1º Observados os limites e as demais condições estabelecidas pelo
Conselho Monetário Nacional e por esta Portaria, fica
autorizado o pagamento de equalização de encargos financeiros sobre
os saldos médios diários dos financiamentos rurais concedidos pelo
Banco do Brasil S.A. com recursos da Caderneta de Poupança Rural
no âmbito do Programa Nacional de Fortalecimento da Agricultura Familiar
- PRONAF.
§
1º Os saldos médios de que trata o "caput" deste artigo
não poderão exceder a:
I)
R$ 375.000.000,00 (trezentos e setenta e cinco milhões de reais),
quando destinados ao financiamento de operações de custeio agrícola
e pecuário do Grupo "C";
II)
R$ 1.269.000.000,00 (um bilhão duzentos e sessenta e nove
milhões de reais), quando destinados ao financiamento de operações de
custeio agrícola e pecuário realizadas à taxa de juros de 1,5%
a.a. (um inteiro e cinco décimos por cento ao ano);
III)
R$ 1.239.000.000,00 (um bilhão duzentos e trinta e nove milhões
de reais), quando destinados ao financiamento de operações de
custeio agrícola e pecuário realizadas à taxa de juros de 3,0% a.a.
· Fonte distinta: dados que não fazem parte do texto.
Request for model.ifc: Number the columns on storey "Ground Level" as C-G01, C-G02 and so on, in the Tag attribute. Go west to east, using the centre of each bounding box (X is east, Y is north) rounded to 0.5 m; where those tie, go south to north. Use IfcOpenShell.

First a look at what the model holds.

```python
import ifcopenshell
import ifcopenshell.util.element
import ifcopenshell.util.placement

model = ifcopenshell.open("model.ifc")
print(model.schema)
storey = next(s for s in model.by_type("IfcBuildingStorey") if s.Name == "Ground Level")
columns = [e for e in ifcopenshell.util.element.get_decomposition(storey) if e.is_a("IfcColumn")]
for e in sorted(columns, key=lambda e: e.id()):
    origin = ifcopenshell.util.placement.get_local_placement(e.ObjectPlacement)[:3, 3]
    print(e.id(), e.Tag, e.Name, origin.round(2) + 0.0, sep=" | ")
```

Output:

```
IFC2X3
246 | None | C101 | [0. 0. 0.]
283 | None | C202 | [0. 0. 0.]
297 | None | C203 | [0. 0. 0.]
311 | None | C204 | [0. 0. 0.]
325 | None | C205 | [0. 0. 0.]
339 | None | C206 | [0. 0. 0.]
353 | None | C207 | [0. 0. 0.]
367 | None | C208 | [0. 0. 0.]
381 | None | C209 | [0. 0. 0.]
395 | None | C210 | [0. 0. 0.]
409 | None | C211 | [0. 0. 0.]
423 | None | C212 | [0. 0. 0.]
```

```python
import ifcopenshell
import ifcopenshell.geom
import ifcopenshell.util.element
import ifcopenshell.util.shape

model = ifcopenshell.open("model.ifc")
settings = ifcopenshell.geom.settings()
settings.set("use-world-coords", True)


def centre(element):
    shape = ifcopenshell.geom.create_shape(settings, element)
    return ifcopenshell.util.shape.get_bbox_centroid(shape.geometry)


storey = next(s for s in model.by_type("IfcBuildingStorey") if s.Name == "Ground Level")
columns = [e for e in ifcopenshell.util.element.get_decomposition(storey) if e.is_a("IfcColumn")]

# Insertion points can sit at a corner or the storey origin, so sort by the geometry (in metres).
centres = {e: centre(e) for e in columns}
columns.sort(key=lambda e: (round(centres[e][0] / 0.5), centres[e][1]))

for i, e in enumerate(columns, start=1):
    number = f"C-G{i:02d}"
    e.Tag = number
    print(e.id(), number)

model.write("model_edited.ifc")
```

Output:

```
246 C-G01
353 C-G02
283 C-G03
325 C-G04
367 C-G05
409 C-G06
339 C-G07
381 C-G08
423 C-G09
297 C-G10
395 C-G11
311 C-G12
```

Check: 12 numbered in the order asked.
(três inteiros por cento ao ano),
excetuando-se aquelas constantes do item
I retro;
IV)
R$ 559.000.000,00 (quinhentos e cinqüenta e nove milhões de
reais) quando destinados ao financiamento de operações de custeio
agrícola e pecuário realizadas à taxa de juros de 4,5% a.a. (quatro
inteiros e cinco décimos por cento ao ano)
V)
R$ 558.000.000,00 (quinhentos e cinqüenta e oito milhões de
reais) quando destinados ao financiamento de operações de custeio
agrícola e pecuário realizadas à taxa de juros de 5,5% a.a. (cinco
inteiros e cinco décimos por cento ao ano);
VI)
R$ 768.000.000,00 (setecentos e sessenta e oito milhões de
reais), quando destinados ao financiamento de operações de
investimento realizadas à taxa de
juros de 1% a.a.(um inteiro por cento ao
ano) incluindo as linhas Agroindústria, Agroecologia, Mulher e Energia
Renovável e Sustentabilidade Ambiental - PRONAF ECO da mesma
faixa de juros;
VII)
R$ 1.620.000.000,00 (um bilhão seiscentos e vinte milhões de
reais), quando destinados ao financiamento de operações de investimento
realizadas à taxa de juros de 2% a.a.(dois inteiros por cento
ao ano) incluindo as linhas Agroindústria, Agroecologia, Mulher e
Energia Renovável e Sustentabilidade Ambiental - PRONAF ECO
da mesma faixa de juros;
VIII)
R$ 104.000.000,00 (cento e quatro milhões de reais), quando
destinados ao financiamento de operações de investimento realizadas
à taxa de juros de 4% a.a.(quatro inteiros por cento ao ano) incluindo
as linhas Agroindústria, Agroecologia, Mulher e Energia Renovável
e Sustentabilidade Ambiental - PRONAF ECO da mesma faixa
de juros;
IX)
R$ 59.000.000,00 (cinqüenta e nove milhões de reais), quando
destinados ao financiamento de operações de investimento realizadas
à taxa de juros de 5% a.a.(cinco inteiros por cento ao ano) incluindo
as linhas Agroindústria, Agroecologia, Mulher e Energia Renovável
e Sustentabilidade Ambiental - PRONAF ECO da mesma faixa
de juros;
X)
R$ 50.000.000,00 (cinqüenta milhões de reais), para operações de
investimento às cooperativas, no âmbito do PRONAF Agroindústria,
destinadas, exclusivamente, ao financiamento do processamento e
industrialização de leite e seus derivados, realizadas à taxa
de juros de 3% a.a. (três inteiros por cento ao ano).
§
2º As operações de financiamento ao amparo desta Portaria, quando
prorrogadas com base em decisão do Governo Federal, somente
serão equalizadas se observadas as disposições da Lei de Diretrizes
Orçamentárias de cada ano.
§
3º Incluem-se nos limites mencionados no § 1º os saldos médios
das parcelas, cujos vencimentos tenham sido prorrogados com base
em decisão do Governo Federal, de operações equalizáveis
contratadas em períodos
anteriores, nas mesmas linhas de financiamento daquelas
de que trata esta Portaria:
I
- Fica autorizado o pagamento de equalização de encargos financeiros
sobre os saldos médios diários referentes às parcelas prorrogadas que
excederem os limites mencionados no § 1º em decorrência dos
saldos constituídos até a data da publicação do ato de prorrogação.
II
- Para fins de acompanhamento, o BANCO DO BRASIL S.A.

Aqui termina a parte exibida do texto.